The new system also emphasizes accessibility. Voters can make the text larger on the screen, toggle between 13 languages, change the contrast of the screen and request an audio ballot. The system is also secure — it is not connected to the internet or any network and still produces a paper ballot.

“One of the goals to moving to the vote center model was to meet voters where they are, and UCLA is an amazing university centrally located to thousands of voters who live on campus or nearby,” said Mike Sanchez, spokesman for the Los Angeles County Registrar. “We’re thrilled to have UCLA and other universities, colleges and high schools act as vote centers for the upcoming March primary election.”

A major push from UCLA students, faculty and staff is underway ahead of the Feb. 18 voter registration deadline. The BruinsVOTE! organization will be hosting get-out-the-vote events and its website relaunched this week to include extensive information on voter registration, events, FAQs and more.

“Culturally, we’re trying to weave voting into the fabric of campus life — this is what Bruins do,” Hedges added. “Bruins are civically engaged and civically minded. Our volunteer work, our service work — it all falls into alignment with this. I think it is a True Bruin Value to vote.”

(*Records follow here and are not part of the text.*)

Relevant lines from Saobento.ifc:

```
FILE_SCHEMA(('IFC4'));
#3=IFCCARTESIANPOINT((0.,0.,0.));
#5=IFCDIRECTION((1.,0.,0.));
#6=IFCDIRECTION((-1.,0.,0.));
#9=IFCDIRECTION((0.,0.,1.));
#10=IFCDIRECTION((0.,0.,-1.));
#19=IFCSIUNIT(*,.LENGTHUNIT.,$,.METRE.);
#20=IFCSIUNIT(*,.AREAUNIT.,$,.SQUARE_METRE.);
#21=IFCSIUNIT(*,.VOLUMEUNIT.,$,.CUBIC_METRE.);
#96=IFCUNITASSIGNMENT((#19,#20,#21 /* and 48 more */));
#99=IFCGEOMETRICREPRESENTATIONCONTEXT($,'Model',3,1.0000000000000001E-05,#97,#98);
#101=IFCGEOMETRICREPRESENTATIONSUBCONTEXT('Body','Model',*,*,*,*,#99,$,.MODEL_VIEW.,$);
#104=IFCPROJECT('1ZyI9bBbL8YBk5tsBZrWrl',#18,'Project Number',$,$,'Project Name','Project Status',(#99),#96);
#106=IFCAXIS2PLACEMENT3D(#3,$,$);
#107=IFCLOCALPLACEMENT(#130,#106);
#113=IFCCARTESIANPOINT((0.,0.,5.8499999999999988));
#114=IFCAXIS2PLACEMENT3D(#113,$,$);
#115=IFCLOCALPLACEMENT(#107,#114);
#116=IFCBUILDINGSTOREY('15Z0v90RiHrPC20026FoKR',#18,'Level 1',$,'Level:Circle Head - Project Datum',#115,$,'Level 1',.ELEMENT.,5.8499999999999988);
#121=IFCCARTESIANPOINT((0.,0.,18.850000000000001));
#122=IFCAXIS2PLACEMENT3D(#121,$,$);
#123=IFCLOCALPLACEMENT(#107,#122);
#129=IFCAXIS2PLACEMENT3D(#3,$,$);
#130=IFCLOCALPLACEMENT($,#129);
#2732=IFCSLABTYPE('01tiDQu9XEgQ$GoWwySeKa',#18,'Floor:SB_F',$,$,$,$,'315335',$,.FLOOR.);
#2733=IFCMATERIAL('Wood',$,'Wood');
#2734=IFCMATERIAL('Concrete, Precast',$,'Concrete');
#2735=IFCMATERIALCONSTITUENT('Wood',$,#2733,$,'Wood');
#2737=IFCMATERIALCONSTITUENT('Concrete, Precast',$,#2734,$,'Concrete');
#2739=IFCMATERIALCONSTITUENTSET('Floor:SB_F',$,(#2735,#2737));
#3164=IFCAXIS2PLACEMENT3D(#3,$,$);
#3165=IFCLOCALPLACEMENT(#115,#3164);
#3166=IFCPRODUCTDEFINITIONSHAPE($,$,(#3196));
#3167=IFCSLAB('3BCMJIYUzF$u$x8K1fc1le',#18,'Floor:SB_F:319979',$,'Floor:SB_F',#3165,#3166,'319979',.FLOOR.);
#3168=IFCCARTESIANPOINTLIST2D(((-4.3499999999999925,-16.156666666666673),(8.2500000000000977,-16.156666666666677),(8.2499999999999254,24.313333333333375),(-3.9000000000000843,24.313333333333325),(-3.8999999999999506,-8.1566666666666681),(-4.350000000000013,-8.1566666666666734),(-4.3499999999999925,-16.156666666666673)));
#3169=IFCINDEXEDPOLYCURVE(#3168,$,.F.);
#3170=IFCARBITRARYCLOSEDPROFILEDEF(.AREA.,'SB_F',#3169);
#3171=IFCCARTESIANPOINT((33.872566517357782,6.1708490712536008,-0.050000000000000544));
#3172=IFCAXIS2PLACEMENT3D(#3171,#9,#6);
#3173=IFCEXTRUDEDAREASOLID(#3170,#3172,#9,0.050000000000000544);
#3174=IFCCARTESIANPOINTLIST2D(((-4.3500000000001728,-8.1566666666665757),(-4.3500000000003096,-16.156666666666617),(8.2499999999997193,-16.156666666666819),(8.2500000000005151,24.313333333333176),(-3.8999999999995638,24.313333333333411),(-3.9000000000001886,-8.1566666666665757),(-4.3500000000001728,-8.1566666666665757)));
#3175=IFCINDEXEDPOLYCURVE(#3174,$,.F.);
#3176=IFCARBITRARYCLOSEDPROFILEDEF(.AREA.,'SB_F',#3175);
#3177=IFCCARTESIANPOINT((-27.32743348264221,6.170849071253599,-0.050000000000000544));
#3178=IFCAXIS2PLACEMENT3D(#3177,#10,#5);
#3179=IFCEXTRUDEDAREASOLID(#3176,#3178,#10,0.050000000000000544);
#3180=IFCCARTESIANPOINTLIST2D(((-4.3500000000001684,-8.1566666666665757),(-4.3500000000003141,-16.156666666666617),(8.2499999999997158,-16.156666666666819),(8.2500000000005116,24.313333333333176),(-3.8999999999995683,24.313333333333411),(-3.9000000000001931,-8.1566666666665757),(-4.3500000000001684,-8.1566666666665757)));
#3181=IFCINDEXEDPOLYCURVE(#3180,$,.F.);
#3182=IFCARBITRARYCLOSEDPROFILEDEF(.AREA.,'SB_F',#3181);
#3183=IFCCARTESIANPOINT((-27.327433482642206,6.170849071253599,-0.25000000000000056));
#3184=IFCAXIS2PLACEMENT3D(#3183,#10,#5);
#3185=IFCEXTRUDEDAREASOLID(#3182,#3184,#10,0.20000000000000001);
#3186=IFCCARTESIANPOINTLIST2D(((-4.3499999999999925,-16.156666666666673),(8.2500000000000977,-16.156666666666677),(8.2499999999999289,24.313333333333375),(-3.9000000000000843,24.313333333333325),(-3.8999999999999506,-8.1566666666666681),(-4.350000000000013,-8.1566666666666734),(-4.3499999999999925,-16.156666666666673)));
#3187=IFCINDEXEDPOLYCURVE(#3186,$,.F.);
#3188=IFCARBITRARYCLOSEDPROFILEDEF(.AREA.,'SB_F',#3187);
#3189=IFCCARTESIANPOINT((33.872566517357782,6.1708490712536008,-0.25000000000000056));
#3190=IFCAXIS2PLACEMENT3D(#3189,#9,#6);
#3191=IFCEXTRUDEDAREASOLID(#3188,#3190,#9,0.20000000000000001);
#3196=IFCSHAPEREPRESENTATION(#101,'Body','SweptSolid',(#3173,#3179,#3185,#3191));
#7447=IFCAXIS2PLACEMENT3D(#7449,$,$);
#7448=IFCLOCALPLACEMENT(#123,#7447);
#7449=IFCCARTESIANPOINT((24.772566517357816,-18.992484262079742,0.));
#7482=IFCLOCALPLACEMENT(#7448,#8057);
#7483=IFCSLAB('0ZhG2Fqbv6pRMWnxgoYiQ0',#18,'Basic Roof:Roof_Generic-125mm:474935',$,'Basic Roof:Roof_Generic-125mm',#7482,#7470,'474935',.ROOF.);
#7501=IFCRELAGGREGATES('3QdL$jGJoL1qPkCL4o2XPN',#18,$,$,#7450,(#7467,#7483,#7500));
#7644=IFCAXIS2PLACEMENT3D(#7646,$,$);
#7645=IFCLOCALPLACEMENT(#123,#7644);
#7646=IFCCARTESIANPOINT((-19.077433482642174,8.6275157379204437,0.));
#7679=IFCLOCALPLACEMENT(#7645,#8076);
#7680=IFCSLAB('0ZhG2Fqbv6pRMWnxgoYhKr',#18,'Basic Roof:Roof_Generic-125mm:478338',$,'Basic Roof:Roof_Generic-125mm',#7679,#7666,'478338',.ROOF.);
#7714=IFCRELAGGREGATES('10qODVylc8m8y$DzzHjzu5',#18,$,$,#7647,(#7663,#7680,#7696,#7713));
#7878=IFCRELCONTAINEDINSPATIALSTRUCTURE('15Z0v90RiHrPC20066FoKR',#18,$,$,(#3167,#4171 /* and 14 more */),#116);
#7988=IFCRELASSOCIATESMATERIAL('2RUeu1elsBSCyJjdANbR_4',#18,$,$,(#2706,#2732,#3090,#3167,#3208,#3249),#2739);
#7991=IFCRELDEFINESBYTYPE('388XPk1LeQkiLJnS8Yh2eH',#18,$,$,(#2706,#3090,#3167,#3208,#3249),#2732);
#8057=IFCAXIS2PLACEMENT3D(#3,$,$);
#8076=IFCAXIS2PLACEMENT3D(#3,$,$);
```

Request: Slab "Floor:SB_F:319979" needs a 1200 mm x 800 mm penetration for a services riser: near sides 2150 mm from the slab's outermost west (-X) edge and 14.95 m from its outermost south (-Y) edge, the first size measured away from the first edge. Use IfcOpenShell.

```python
import numpy as np
import ifcopenshell
import ifcopenshell.api.feature
import ifcopenshell.api.geometry
import ifcopenshell.api.root
import ifcopenshell.geom
import ifcopenshell.util.placement
import ifcopenshell.util.representation
import ifcopenshell.util.shape
import ifcopenshell.util.unit

model = ifcopenshell.open("Saobento.ifc")
unit_scale = ifcopenshell.util.unit.calculate_unit_scale(model)
settings = ifcopenshell.geom.settings()


def volume(element):
    """Net volume in cubic metres, openings subtracted."""
    shape = ifcopenshell.geom.create_shape(settings, element)
    return ifcopenshell.util.shape.get_volume(shape.geometry)


slab = model.by_guid("3BCMJIYUzF$u$x8K1fc1le")
before = volume(slab)

# Extent in the slab's own axes, in metres. The edges named are its -X and -Y sides.
slab_shape = ifcopenshell.geom.create_shape(settings, slab)
vertices = ifcopenshell.util.shape.get_vertices(slab_shape.geometry)
x_min, y_min, bottom = vertices.min(axis=0)
top = vertices[:, 2].max()

opening = ifcopenshell.api.root.create_entity(model, ifc_class="IfcOpeningElement", name="Services riser opening", predefined_type="OPENING")
context = ifcopenshell.util.representation.get_context(model, "Model", "Body", "MODEL_VIEW")
width, depth = 1.2, 0.8
outline = [(0.0, 0.0), (width, 0.0), (width, depth), (0.0, depth), (0.0, 0.0)]
# Overshoot both faces by 50 mm so the cut is clean.
shape = ifcopenshell.api.geometry.add_slab_representation(
    model, context=context, depth=top - bottom + 0.1, polyline=outline
)
ifcopenshell.api.geometry.assign_representation(model, product=opening, representation=shape)

matrix = ifcopenshell.util.placement.get_local_placement(slab.ObjectPlacement)
matrix[:, 3] = matrix @ np.append(np.array([x_min + 2.15, y_min + 14.95, bottom - 0.05]) / unit_scale, 1.0)
ifcopenshell.api.geometry.edit_object_placement(model, product=opening, matrix=matrix, is_si=False)
ifcopenshell.api.feature.add_feature(model, feature=opening, element=slab)

after = volume(slab)

print(f"slab volume {before:.3f} -> {after:.3f} m3")

model.write("Saobento-out.ifc")
```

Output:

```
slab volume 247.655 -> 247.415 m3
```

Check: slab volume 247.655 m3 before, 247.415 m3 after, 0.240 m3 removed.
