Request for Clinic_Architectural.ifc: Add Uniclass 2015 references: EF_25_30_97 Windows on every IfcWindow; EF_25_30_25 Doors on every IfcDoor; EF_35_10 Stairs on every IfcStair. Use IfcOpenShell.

First a look at what the model holds.

```python
import ifcopenshell

model = ifcopenshell.open("Clinic_Architectural.ifc")
print(model.schema)
print("classifications:", [c.Name for c in model.by_type("IfcClassification")])
for ifc_class in ("IfcDoor", "IfcRoof", "IfcStair", "IfcWall", "IfcWindow"):
    print(ifc_class, len(model.by_type(ifc_class)))
```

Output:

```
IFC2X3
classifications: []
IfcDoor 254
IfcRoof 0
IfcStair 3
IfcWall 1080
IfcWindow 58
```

```python
import ifcopenshell
import ifcopenshell.api.classification

model = ifcopenshell.open("Clinic_Architectural.ifc")

# IFC2X3 requires Source and Edition and has no link from the project to the system.
system = model.create_entity("IfcClassification", Source="NBS", Edition="2015", Name="Uniclass 2015")

codes = {
    "IfcWindow": ("EF_25_30_97", "Windows"),
    "IfcDoor": ("EF_25_30_25", "Doors"),
    "IfcStair": ("EF_35_10", "Stairs"),
}
for ifc_class, (code, name) in codes.items():
    products = model.by_type(ifc_class)
    ifcopenshell.api.classification.add_reference(
        model, products=products, classification=system, identification=code, name=name
    )
    print(code, len(products))

model.write("Clinic_Architectural_rev.ifc")
```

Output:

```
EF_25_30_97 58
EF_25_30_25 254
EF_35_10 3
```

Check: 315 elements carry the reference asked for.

As UCLA celebrates its centennial, campus officials also point out two other important anniversaries: The 100th anniversary of the ratification of the 19th Amendment guaranteeing women’s constitutional right to vote and the 150th anniversary of the 15th Amendment guaranteeing men the right to vote regardless of race.

“These milestones should be reminders to all of us not to take for granted the hard-won right, responsibility and privilege we have to participate in our nation’s democracy,” Chancellor Gene Block said in a message to the campus community. “I hope you will get civically engaged and show the world that #Bruinsvote.”

On March 3 at 5:30 p.m., the Hammer Museum will host Super Tuesday Bash 2020, during which people can watch election returns and pundits’ analyzing what unfolds on big screens in the courtyard.

In the meantime, BruinsVOTE! members will work to continue the gains made in student participation during the past several elections. Organizers will be canvassing Bruin Walk and promoting voting at UCLA athletics events, to name a few efforts.

“I think the biggest change is now you have 11 days to vote instead of one,” said Joshua Avila, third-year political science major and co-director of the BruinsVOTE! initiative. “This is definitely a big improvement, and we are excited to see more student turnout because of that. If it’s just one day, students might be busy that day or they just forget.”

Although there is an emphasis on registering to vote by Feb. 18, the vote center will allow for same-day conditional registration, which is a major plus, officials touted.

“If you think about it, registering to vote is the last of the antiquated processes that you can’t just do instantly,” Hedges said. “That does not resonate with our students, who are last minute and who are used to being able to do something right now. In our last few elections we’ve had long lines of provisional ballot people in hopes that their votes will still count.”

Having 11 days and same-day registration should lessen voter congestion, she said.

The UCLA campus voice can and will be a vital one, said Elisa Chang, graduate student studying education and BruinsVOTE! co-director.

“If we want to be able to shape the future that we’re going to literally be inheriting, then we all actually do need to vote and make ourselves heard,” Chang said.

VOTE CENTERS

Ackerman Union
308 Westwood Plaza
Bruin Reception Room, second floor
11-day Vote Center
Feb. 22–March 2, 8 a.m. to 5 p.m.
March 3 (Election Day), 7 a.m. to 8 p.m.

Hammer Museum at UCLA
10899 Wilshire Blvd.
Annenberg Terrace, third floor
Four-day Vote Center
Feb. 29–March 2, 8 a.m. to 5 p.m.
March 3 (Election Day), 7 a.m. to 8 p.m.